How This Topic Appears in the FRCEM SBA Exam
Typical SBA angles include:
- Definitions and thresholds
- Distinguishing professional vs statutory duty of candour. (GMC UK)
- What constitutes a notifiable safety incident.
- First step / “most appropriate” next action
- Immediate response when an error is discovered in the ED.
- What to do when a patient or relative expresses dissatisfaction.
- How to respond when you receive a coroner’s summons or Prevention of Future Deaths (PFD) report. (Medical Protection)
- Content of candour and complaint responses
- What must be included in an apology and follow-up letter.
- Documentation requirements and timelines. (NHS England)
- When to involve senior staff, governance and legal teams
- Serious incidents, media interest, safeguarding concerns.
- When a death must be referred to the coroner
- Unknown or unnatural cause, peri-operative deaths, deaths in custody or under Deprivation of Liberty Safeguards. (Research Briefings)

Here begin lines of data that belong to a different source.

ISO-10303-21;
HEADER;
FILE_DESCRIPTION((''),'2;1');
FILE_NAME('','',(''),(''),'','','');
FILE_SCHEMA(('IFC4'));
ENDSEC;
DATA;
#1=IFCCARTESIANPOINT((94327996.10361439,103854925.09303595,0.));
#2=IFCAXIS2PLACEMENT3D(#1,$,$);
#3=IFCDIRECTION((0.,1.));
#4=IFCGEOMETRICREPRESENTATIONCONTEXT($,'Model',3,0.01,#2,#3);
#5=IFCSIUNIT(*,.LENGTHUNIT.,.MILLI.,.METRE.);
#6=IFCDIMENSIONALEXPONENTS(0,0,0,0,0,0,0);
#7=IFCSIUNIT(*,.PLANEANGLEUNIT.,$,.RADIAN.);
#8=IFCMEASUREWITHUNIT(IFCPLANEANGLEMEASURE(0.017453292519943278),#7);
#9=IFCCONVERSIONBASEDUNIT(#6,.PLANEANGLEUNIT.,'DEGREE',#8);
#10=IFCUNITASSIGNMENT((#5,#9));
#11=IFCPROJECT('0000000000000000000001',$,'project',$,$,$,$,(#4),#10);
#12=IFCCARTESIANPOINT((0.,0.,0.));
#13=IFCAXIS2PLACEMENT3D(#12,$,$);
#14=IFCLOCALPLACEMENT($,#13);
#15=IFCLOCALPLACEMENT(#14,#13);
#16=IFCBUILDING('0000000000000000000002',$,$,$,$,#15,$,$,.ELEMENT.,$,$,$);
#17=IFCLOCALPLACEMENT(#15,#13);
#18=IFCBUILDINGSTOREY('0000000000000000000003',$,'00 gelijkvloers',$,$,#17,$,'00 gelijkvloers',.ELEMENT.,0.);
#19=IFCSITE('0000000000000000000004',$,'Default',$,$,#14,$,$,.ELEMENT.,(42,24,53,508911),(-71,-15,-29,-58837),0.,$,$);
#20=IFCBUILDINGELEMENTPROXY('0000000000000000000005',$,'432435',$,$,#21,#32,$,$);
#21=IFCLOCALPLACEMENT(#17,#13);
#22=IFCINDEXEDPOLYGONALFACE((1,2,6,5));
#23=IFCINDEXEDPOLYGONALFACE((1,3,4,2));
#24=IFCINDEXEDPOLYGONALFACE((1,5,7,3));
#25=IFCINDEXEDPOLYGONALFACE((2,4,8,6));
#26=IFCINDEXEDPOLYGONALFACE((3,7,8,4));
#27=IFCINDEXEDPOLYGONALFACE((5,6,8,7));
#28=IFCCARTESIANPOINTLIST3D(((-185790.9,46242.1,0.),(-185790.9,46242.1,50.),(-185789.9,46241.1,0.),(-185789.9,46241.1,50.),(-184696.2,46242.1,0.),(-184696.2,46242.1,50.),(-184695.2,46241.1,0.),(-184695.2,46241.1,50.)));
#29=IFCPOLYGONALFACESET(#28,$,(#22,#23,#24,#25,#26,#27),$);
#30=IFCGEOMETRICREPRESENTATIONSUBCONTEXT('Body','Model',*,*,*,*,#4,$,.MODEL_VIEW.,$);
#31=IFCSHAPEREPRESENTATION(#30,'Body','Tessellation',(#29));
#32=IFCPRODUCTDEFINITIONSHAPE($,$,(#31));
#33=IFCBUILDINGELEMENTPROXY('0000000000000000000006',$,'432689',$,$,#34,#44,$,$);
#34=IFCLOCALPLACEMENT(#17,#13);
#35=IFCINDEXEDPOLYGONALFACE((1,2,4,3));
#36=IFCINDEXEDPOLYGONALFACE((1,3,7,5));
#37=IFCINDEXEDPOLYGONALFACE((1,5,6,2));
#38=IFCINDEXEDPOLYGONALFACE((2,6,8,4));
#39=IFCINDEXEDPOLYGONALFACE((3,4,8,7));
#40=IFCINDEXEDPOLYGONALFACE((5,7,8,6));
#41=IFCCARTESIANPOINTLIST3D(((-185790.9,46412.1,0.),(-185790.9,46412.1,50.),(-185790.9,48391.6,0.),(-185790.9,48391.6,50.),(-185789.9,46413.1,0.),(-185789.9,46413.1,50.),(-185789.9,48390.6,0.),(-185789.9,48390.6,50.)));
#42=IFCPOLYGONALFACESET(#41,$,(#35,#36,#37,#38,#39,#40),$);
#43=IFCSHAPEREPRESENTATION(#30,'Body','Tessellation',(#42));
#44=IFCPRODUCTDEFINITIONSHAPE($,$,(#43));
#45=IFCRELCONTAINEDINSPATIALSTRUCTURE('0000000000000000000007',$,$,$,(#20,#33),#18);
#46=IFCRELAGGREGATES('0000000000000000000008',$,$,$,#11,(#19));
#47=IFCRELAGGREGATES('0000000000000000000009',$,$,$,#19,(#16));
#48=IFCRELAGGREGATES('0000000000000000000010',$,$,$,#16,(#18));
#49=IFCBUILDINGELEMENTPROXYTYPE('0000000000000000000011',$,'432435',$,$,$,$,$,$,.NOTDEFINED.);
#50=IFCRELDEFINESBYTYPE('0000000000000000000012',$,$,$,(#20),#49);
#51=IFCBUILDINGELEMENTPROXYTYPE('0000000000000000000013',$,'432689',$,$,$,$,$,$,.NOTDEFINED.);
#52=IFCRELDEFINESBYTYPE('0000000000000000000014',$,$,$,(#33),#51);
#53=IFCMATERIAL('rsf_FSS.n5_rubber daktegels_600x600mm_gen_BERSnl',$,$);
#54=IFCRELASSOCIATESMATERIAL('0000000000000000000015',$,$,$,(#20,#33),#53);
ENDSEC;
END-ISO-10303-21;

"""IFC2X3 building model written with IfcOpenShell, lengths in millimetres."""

from ifc_helpers import new_model, entity, si_unit, converted_unit, direction, frame, origin, place, context, subcontext, project, spatial, polyline, outline, extrude, material, type_object, element, save


model = new_model("IFC2X3")

# Units and contexts
model_context = context("Model", 3, precision=0.01, world=frame((94327996.10361439, 103854925.09303595, 0.0)), true_north=direction((0.0, 1.0)))
body_context = subcontext(model_context, "Body", "Model", "MODEL_VIEW")
ifc_project = project(units=[si_unit("LENGTHUNIT", "METRE", prefix="MILLI"), converted_unit("PLANEANGLEUNIT", "DEGREE", entity("IfcPlaneAngleMeasure", 0.017453292519943278), si_unit("PLANEANGLEUNIT", "RADIAN"), dimensions=[0, 0, 0, 0, 0, 0, 0])], contexts=[model_context])

# Site, building, storey
site_placement = place(None, origin())
site = spatial("IfcSite", under=ifc_project, at=site_placement, Name="Default", CompositionType="ELEMENT", RefLatitude=(42, 24, 53, 508911), RefLongitude=(-71, -15, -29, -58837), RefElevation=0.0)
building_placement = place(site_placement, origin())
building = spatial("IfcBuilding", under=site, at=building_placement, CompositionType="ELEMENT")
storey_placement = place(building_placement, origin())
storey = spatial("IfcBuildingStorey", under=building, at=storey_placement, Name="00 gelijkvloers", LongName="00 gelijkvloers", CompositionType="ELEMENT", Elevation=0.0)

# Building element proxies
ifc_material = material(Name="rsf_FSS.n5_rubber daktegels_600x600mm_gen_BERSnl")
building_element_proxy_type_1 = type_object("IfcBuildingElementProxyType", Name="432435", PredefinedType="NOTDEFINED")
proxy_1_placement = place(storey_placement, origin())
element("IfcBuildingElementProxy", 1, at=proxy_1_placement, inside=storey, type_object=building_element_proxy_type_1, material=ifc_material, Name="432435", context=body_context, shape_type="SweptSolid", body=[
    extrude(outline(polyline([(-546.8, -0.5), (547.8, -0.5), (546.8, 0.5), (-547.8, 0.5), (-546.8, -0.5)])), frame((-185243.1, 46241.6, 0.0)), (0.0, 0.0, 1.0), 50.0),
])
building_element_proxy_type_2 = type_object("IfcBuildingElementProxyType", Name="432689", PredefinedType="NOTDEFINED")
proxy_2_placement = place(storey_placement, origin())
element("IfcBuildingElementProxy", 2, at=proxy_2_placement, inside=storey, type_object=building_element_proxy_type_2, material=ifc_material, Name="432689", context=body_context, shape_type="SweptSolid", body=[
    extrude(outline(polyline([(-988.8, -0.5), (988.8, -0.5), (989.8, 0.5), (-989.8, 0.5), (-988.8, -0.5)])), frame((-185790.4, 47401.8, 0.0), z_axis=(0.0, 0.0, 1.0), x_axis=(0.0, 1.0, 0.0)), (0.0, 0.0, 1.0), 50.0),
])

save(model, "model.ifc")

Example SBA-style scenario (mini):
A 63-year-old woman dies in the ED after an unexpected anaphylactic reaction to IV antibiotics. Her family are distressed and ask, “How could this happen?” The question asks for the most appropriate immediate response from the ED consultant.
Core Concepts You Must Know About Complaints, Duty of Candour & Coroner’s Cases
Definitions & Key Criteria
- Complaint
- Any expression of dissatisfaction requiring a response, whether verbal or written, under NHS complaints regulations. (NHS England)
- Professional duty of candour (GMC/NMC)
- A responsibility on individual clinicians to be open and honest when something goes wrong that causes, or has the potential to cause, harm or distress.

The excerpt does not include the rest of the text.